Currently, the genetic mutations that underpin this molecular and biological heterogeneity in CLL are not fully understood. Although next-generation sequencing (NGS) has helped to decipher the genetic landscape of CLL –more than 3000 genes have been found to be mutated in the disease – these recurrent mutations typically occur at very low frequencies. Large patient cohorts are therefore needed to uncover the true impact of gene mutations on the underlying mechanisms driving the pathogenesis of CLL. The HARMONY Big Data Platform delivers high quality, robust data which will aid in answering these critical questions in CLL. 

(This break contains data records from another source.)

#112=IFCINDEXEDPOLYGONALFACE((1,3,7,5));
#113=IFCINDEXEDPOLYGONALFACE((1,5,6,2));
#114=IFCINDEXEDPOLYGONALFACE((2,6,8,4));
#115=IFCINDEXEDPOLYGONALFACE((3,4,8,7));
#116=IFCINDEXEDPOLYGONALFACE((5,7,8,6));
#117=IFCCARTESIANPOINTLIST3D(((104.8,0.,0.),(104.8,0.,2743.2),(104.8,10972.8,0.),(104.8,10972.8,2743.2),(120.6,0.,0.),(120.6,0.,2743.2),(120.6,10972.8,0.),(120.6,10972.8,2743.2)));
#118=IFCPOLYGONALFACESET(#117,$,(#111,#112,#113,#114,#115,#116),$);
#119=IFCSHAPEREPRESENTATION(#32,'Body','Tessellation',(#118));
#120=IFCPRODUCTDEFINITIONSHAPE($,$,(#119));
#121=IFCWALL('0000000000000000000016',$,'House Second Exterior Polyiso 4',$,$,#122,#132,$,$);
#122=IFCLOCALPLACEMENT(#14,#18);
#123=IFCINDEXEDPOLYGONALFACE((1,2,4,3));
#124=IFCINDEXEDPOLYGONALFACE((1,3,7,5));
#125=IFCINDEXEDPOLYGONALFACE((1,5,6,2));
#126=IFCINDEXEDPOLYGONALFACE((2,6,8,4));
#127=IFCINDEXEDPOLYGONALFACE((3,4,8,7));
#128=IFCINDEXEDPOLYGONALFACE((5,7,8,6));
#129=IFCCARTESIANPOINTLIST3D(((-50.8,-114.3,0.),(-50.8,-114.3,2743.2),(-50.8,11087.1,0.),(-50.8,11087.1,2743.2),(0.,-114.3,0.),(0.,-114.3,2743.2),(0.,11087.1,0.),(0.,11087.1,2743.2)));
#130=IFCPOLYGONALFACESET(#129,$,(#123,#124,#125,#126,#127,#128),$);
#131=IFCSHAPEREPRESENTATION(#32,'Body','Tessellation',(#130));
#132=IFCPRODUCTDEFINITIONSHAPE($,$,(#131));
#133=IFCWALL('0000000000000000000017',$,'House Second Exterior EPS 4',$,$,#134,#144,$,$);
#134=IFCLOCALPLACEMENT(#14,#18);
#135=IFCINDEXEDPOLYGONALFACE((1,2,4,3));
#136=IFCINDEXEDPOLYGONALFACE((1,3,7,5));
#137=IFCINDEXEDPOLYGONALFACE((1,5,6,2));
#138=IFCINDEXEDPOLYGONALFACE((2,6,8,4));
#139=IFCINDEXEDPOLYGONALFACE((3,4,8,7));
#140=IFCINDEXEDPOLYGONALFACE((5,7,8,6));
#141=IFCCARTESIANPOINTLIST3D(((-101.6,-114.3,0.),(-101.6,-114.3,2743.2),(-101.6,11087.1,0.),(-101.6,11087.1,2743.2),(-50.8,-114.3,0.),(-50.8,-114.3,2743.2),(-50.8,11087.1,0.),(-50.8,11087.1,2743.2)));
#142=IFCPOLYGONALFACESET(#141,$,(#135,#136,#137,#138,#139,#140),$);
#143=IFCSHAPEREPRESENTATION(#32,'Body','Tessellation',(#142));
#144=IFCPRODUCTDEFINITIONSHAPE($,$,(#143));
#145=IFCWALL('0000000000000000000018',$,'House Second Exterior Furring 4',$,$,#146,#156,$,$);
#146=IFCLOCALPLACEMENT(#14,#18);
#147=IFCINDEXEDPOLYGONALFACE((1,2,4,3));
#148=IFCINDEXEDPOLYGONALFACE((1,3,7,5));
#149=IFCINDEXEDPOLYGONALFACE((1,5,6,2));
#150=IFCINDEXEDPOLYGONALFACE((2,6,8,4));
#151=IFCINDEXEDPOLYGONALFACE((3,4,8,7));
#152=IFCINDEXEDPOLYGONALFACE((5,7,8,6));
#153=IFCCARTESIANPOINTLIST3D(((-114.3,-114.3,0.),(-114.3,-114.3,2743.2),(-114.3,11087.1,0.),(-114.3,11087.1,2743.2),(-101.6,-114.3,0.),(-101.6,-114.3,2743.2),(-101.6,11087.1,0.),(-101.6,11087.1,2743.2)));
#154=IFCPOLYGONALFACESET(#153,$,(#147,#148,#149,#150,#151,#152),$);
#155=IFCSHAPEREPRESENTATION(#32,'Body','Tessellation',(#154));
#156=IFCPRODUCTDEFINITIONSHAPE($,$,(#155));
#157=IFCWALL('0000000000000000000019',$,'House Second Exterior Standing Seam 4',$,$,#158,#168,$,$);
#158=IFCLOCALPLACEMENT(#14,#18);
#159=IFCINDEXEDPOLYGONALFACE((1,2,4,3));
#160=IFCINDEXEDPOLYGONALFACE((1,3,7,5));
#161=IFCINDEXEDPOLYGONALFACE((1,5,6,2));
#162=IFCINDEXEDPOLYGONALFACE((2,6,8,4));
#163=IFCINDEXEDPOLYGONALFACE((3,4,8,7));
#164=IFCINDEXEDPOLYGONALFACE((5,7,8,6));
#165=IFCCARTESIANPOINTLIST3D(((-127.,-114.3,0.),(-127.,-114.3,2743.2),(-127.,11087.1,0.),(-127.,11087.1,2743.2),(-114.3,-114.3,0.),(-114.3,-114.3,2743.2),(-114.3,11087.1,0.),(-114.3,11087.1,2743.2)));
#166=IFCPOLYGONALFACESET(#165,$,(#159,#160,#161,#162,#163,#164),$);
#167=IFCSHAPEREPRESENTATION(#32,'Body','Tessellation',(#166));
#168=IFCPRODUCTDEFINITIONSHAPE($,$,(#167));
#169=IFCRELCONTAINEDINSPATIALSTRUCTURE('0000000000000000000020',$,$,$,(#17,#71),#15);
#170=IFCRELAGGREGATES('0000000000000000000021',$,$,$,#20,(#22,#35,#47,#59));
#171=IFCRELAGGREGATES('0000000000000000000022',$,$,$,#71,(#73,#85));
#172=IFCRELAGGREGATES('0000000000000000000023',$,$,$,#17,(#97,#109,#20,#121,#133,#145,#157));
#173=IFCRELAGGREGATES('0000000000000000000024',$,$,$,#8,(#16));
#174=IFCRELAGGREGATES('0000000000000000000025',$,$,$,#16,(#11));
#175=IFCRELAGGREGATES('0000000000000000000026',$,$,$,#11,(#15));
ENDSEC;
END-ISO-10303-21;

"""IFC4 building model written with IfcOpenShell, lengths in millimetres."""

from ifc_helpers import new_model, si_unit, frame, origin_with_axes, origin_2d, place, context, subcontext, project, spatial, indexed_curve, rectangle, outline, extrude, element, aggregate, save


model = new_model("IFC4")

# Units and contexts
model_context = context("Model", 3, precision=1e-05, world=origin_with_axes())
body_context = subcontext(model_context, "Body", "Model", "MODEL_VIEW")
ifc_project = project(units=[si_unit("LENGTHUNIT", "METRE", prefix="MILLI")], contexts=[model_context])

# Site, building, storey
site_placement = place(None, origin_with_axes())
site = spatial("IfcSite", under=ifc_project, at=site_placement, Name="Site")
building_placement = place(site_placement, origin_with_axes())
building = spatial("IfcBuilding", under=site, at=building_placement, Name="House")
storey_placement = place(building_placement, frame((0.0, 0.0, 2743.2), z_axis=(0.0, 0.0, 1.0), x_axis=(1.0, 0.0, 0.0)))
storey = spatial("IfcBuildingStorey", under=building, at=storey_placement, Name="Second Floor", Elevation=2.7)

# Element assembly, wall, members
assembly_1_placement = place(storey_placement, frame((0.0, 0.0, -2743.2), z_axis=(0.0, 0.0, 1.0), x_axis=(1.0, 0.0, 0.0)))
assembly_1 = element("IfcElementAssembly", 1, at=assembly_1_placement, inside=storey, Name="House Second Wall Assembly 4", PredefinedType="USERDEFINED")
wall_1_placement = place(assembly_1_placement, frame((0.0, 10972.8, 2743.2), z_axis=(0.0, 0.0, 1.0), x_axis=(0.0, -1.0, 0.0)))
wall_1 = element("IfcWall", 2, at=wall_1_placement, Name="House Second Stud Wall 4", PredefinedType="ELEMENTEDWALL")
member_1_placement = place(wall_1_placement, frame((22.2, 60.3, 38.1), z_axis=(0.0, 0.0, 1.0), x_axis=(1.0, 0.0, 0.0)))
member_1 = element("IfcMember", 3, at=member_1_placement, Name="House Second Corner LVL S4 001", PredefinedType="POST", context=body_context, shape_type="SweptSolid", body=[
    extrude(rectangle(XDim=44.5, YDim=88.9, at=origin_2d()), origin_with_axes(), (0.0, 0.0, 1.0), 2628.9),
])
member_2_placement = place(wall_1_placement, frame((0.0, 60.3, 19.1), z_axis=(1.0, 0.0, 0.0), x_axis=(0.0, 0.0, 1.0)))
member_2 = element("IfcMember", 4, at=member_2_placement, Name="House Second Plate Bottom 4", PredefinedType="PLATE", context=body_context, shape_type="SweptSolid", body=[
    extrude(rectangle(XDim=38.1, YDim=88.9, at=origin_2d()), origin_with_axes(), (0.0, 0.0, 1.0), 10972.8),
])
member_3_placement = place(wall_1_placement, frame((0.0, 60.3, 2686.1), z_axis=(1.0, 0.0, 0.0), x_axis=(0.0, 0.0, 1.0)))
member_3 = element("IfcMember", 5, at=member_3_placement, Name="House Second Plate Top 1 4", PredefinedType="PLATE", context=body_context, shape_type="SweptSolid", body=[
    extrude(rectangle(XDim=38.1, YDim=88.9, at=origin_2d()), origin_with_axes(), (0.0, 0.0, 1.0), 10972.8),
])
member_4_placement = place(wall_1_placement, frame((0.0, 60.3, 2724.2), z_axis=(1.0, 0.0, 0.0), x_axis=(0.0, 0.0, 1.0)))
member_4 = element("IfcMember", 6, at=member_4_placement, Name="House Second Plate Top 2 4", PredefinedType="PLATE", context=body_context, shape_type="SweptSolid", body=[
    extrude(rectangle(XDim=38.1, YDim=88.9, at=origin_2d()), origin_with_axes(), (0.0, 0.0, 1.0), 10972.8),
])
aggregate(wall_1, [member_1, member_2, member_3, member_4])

This multicenter study is retrospectively collecting mutational and clinical data from ~4.000 CLL patients who will be added to the HARMONY Big Data Platform. Importantly, the data is being gathered from treatment-naïve patients – before exposure to any therapy – thereby avoiding any potential confounding influence of treatment on the clonal evolution of the disease. The study is not using exome sequencing, but instead will analyze a targeted panel that includes 11 of the most frequently mutated genes in CLL. A strict template for patient data collection is being employed and it is a stipulation of the study that specific molecular parameters and set clinical characteristics are included for every patient, to ensure all conclusions drawn are robust and reproducible.  

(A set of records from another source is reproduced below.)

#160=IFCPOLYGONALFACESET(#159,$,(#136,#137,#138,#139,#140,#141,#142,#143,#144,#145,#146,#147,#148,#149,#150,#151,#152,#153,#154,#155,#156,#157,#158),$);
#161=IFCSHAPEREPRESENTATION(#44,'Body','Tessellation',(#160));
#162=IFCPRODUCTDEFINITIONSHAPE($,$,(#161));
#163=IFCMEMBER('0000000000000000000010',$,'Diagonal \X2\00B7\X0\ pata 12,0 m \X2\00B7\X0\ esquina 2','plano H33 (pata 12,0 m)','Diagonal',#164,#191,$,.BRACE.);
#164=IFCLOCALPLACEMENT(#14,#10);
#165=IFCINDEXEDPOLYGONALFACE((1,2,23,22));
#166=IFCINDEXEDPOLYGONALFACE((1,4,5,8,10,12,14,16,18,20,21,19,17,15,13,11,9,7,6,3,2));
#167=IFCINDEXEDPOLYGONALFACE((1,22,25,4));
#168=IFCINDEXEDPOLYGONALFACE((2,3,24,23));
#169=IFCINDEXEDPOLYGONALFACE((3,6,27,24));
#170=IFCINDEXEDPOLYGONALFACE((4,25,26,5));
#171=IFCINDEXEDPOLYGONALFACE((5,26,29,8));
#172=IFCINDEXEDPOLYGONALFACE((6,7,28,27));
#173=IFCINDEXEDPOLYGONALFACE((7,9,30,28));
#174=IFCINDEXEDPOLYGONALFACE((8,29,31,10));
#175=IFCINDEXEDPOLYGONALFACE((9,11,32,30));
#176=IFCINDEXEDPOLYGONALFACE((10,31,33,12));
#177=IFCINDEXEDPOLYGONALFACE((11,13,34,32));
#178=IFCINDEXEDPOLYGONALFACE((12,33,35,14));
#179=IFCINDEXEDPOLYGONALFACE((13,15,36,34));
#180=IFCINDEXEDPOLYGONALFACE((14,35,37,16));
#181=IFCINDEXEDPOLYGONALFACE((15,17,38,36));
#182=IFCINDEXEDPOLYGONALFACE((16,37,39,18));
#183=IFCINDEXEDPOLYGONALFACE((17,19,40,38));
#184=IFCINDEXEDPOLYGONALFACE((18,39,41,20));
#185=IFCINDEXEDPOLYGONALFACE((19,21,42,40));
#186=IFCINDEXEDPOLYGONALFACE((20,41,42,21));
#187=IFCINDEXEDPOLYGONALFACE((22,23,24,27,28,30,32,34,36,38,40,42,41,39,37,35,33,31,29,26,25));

By evaluating mutational status in a large and well annotated CLL patient series, this study will shed light on the prevalence, prognostic impact and clinical relevance of 11 genes known to be mutated in CLL and associated with a more aggressive disease. It may also prove possible to identify distinct patterns of association and occurrence between recurrent mutations and other clinical and biological features of CLL. The final step will then be to develop and validate a robust and refined prognostic model for use in clinical practice. Currently, prognostication in CLL is based largely on the four recurrent FISH aberrations. Building on this prognostication model with the inclusion of gene mutations should enable better stratification of patients, a key step toward the attainment of personalized medicine. Looking to the longer-term, insights gathered from this study may also have applications for the therapeutic targeting of patients for treatment with novel agents and inhibitors under active development in the CLL arena.